Photo By Arturo Suárez
By Graciela Cruz López
Of recognized cultural value, religious symbolism, collective imaginary and historical transcendence, is the traditional visit of the Lord of the Column, a light sculpture manufactured between 1750 and 1775 in colorín wood (carved and polychrome), made of papelón and glued fabrics. Apparently of unknown author, although the oral tradition has attributed it to the Oratorian priest Remigio Angel Gonzalez, chaplain of Atotonilco in the first decade of the XIX century.
The Lord of the Column, patron of the Precious Blood of Christ, of deep spirituality and deep-rooted devotion, among the guardians and brotherhoods of all the directions that converge in the House of Spiritual Exercises of Jesus Nazarene of Atotonilco, of the towns that surround the road from San Miguel to Atotonilco, from the neighborhood of San Juan de Dios and the San Miguel community living in the urban demarcation, in its rural communities and neighborhoods, has been transferred from the Sanctuary of Atotonilco to the city of San Miguel de Allende by the faithful and their brotherhood, honoring the collective memory, uninterruptedly since the year 1823.
This manifestation of religiosity, piety and popular tradition, which has formed a pilgrimage on the old route of the Camino Real de la Tierra Adentro, and processional circuit from what was the fifth entrance and exit that made «camino real para afuera» (Independencia Avenue – Santa Ana or Insurgentes Street) and the main streets of the neighborhood near the Hospital Real de San Rafael and San Juan de Dios, keeps the tangible and intangible, historical, spiritual and symbolic relationship between San Miguel de Allende and Atotonilco valid until the present.
From April of 1919, comes one of the original documentary sources that have been located, and that denotes the persistence and defense of the tradition and visit of the Lord of the Column, even when the social conditions were not ideal, due to the instability caused by the revolutionary movements and the epidemic outbreaks of influenza or Spanish flu and bubonic plague:
Permission is granted to Messrs. Reyes Cadena, Crescencio Rios and Rosalio Guzman, to bring Mr. de la Columna, from Atotonilco to this city.

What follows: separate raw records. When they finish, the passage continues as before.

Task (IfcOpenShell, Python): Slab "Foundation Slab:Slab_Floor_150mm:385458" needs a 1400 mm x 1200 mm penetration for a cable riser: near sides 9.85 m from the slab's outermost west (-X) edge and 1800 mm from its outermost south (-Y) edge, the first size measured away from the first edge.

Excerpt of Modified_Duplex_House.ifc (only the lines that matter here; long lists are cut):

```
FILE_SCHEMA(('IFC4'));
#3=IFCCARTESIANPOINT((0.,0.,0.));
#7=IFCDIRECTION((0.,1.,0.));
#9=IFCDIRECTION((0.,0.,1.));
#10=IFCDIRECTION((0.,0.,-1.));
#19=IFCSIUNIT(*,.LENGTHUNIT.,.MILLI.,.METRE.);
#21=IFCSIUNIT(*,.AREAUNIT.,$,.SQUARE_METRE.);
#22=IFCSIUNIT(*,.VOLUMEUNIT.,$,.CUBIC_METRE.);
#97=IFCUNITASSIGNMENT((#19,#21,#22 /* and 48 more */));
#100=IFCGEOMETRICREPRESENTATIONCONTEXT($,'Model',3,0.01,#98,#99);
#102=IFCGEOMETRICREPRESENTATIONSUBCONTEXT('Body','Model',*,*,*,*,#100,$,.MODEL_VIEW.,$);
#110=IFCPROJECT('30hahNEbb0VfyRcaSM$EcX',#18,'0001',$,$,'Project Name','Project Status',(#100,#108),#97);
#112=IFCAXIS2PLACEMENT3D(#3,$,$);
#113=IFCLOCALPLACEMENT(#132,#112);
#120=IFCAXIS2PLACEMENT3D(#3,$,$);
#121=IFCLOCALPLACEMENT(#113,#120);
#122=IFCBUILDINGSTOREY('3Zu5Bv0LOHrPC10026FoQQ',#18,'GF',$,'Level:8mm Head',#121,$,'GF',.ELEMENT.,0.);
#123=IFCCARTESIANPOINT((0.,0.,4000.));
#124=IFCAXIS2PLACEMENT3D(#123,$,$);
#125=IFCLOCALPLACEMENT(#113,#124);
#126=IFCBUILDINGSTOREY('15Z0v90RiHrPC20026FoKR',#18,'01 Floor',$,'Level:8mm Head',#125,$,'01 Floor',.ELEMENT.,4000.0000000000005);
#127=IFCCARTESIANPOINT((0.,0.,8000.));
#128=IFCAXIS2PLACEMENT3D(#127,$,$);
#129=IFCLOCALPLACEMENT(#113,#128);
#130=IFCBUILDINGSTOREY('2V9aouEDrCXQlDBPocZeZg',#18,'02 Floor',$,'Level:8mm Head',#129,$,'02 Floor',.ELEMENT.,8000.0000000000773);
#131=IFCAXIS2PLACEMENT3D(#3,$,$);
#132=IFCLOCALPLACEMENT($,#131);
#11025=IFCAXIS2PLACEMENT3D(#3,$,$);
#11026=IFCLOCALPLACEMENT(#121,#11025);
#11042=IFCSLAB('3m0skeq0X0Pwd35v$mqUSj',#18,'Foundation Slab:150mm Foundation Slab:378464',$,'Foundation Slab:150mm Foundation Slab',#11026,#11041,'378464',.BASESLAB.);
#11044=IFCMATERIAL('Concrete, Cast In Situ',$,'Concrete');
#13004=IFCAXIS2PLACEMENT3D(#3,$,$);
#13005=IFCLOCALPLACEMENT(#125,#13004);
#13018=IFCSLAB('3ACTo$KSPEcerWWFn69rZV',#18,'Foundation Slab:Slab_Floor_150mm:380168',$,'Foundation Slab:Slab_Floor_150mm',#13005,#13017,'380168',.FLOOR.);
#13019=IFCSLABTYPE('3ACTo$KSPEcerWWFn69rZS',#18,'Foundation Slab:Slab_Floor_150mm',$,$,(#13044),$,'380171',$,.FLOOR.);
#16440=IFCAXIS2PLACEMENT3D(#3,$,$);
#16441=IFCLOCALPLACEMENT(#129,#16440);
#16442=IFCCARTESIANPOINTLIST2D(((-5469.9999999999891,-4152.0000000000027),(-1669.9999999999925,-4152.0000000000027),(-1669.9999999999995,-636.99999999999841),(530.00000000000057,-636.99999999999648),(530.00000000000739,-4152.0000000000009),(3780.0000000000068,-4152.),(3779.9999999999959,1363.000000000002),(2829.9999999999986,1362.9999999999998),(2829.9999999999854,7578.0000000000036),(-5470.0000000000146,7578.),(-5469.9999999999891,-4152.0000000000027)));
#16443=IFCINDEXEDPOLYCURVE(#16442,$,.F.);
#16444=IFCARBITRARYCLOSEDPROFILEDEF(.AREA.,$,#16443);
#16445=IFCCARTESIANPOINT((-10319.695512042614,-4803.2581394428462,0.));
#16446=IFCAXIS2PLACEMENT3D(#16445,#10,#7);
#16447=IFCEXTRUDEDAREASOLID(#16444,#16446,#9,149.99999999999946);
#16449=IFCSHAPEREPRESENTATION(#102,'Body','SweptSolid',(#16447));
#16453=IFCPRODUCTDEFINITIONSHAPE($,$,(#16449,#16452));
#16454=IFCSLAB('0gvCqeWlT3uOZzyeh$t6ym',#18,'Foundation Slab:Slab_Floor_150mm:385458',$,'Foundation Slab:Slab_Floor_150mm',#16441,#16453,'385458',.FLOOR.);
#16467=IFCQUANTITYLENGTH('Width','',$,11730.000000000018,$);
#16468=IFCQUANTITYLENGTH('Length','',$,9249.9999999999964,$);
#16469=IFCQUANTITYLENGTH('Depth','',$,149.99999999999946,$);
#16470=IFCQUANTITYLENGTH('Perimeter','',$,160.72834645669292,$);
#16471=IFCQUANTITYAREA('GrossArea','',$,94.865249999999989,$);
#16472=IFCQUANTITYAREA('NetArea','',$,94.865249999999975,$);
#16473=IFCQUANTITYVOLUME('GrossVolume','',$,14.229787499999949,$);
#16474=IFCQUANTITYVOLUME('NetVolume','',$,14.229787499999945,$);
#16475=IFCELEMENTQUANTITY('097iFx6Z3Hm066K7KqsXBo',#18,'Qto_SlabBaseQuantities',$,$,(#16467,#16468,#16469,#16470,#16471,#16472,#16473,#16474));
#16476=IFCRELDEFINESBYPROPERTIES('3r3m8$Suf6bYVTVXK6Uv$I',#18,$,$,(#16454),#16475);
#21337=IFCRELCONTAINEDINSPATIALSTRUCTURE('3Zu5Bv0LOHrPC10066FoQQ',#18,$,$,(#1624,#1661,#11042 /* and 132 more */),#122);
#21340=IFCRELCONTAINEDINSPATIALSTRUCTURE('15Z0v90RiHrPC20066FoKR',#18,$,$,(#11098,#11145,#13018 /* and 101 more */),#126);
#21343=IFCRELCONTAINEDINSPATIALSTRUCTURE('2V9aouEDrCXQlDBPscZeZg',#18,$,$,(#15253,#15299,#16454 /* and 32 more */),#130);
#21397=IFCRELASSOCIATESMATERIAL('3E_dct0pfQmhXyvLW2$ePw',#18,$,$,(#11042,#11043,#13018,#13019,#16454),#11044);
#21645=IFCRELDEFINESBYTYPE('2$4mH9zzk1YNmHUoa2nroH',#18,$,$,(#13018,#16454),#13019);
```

```python
import numpy as np
import ifcopenshell
import ifcopenshell.api.feature
import ifcopenshell.api.geometry
import ifcopenshell.api.pset
import ifcopenshell.api.root
import ifcopenshell.geom
import ifcopenshell.util.element
import ifcopenshell.util.placement
import ifcopenshell.util.representation
import ifcopenshell.util.shape
import ifcopenshell.util.unit

model = ifcopenshell.open("Modified_Duplex_House.ifc")
unit_scale = ifcopenshell.util.unit.calculate_unit_scale(model)
area_scale = ifcopenshell.util.unit.calculate_unit_scale(model, "AREAUNIT")
volume_scale = ifcopenshell.util.unit.calculate_unit_scale(model, "VOLUMEUNIT")
settings = ifcopenshell.geom.settings()


def volume(element):
    """Net volume in cubic metres, openings subtracted."""
    shape = ifcopenshell.geom.create_shape(settings, element)
    return ifcopenshell.util.shape.get_volume(shape.geometry)


slab = model.by_id(16454)
before = volume(slab)

# Extent in the slab's own axes, in metres. The edges named are its -X and -Y sides.
slab_shape = ifcopenshell.geom.create_shape(settings, slab)
vertices = ifcopenshell.util.shape.get_vertices(slab_shape.geometry)
x_min, y_min, bottom = vertices.min(axis=0)
top = vertices[:, 2].max()

opening = ifcopenshell.api.root.create_entity(model, ifc_class="IfcOpeningElement", name="Cable riser opening", predefined_type="OPENING")
context = ifcopenshell.util.representation.get_context(model, "Model", "Body", "MODEL_VIEW")
width, depth = 1.4, 1.2
outline = [(0.0, 0.0), (width, 0.0), (width, depth), (0.0, depth), (0.0, 0.0)]
# Overshoot both faces by 50 mm so the cut is clean.
shape = ifcopenshell.api.geometry.add_slab_representation(
    model, context=context, depth=top - bottom + 0.1, polyline=outline
)
ifcopenshell.api.geometry.assign_representation(model, product=opening, representation=shape)

matrix = ifcopenshell.util.placement.get_local_placement(slab.ObjectPlacement)
matrix[:, 3] = matrix @ np.append(np.array([x_min + 9.85, y_min + 1.8, bottom - 0.05]) / unit_scale, 1.0)
ifcopenshell.api.geometry.edit_object_placement(model, product=opening, matrix=matrix, is_si=False)
ifcopenshell.api.feature.add_feature(model, feature=opening, element=slab)

after = volume(slab)

# Update the slab's stored quantities.
qto = model.by_id(ifcopenshell.util.element.get_pset(slab, "Qto_SlabBaseQuantities", should_inherit=False)["id"])
ifcopenshell.api.pset.edit_qto(model, qto=qto, properties={
    "NetArea": after / (top - bottom) / area_scale,
    "NetVolume": after / volume_scale,
})

print(f"slab volume {before:.3f} -> {after:.3f} m3")

model.write("Modified_Duplex_House_v2.ifc")
```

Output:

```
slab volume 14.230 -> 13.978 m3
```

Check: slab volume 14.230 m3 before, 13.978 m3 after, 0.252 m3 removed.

J. Reyes Cadena, Crescencio Ríos and Rosalío Guzmán to transport the image of the Sr. de la Columna, from Atotonilco to this city, to the Yglesia de San Juan de Dios, next Thursday afternoon, calculating that it will arrive here at 8:08 p.m.; making the same Messrs. Reyes Cadena, Crescencio Ríos and Rosalío Guzmán responsible for this to have the due reserve, so that there will be no agglomeration of people, nor that it has the character of a procession. That the image comes covered and without religious manifestation of any kind, since the permission is only for the conduction of the image from the Sanctuary of Atotonilco to this city.
San Miguel de Allende, April 10, 1919.
In the same way, another license was issued to take the image leaving from here on Thursday, April 24 at 2 o’clock in the morning.
It is probable that because of the need to maintain the reserve of the transfer, and due to the instruction to cover the image to shelter it from the weather and the eyes of the pious, this has become a tradition in subsequent years, in which it has been wrapped for its pilgrimage between silk canvases, until celebrating the ritual of the discovery, shortly before its heroic and sublime arrival in the city:
«On Saturday of the week of Lazarus, provided with lanterns, bandanas, candles, blankets and staff, at dusk, the pilgrims are on their way to Atotonilco. At the stroke of midnight, the Lord of the Column leaves the temple wrapped in blankets and silks to protect him from the rain and dust, and the 12 kilometer procession slowly begins during the night».
In contemporary times, among torches, lanterns and lamps, healing and aromatic herbs, offerings of a diversity of foods, an infinity of flowers and colorful arches, unique expressions of popular art, prayers, praises, music and passional songs, the Sunday before Palm Sunday, the Lord of the Column, guarded by 30,000 faithful, has been received in the city, year after year, by a congregation of 65,000 people strengthened in their faith, in their unwavering belief and inescapable legacy.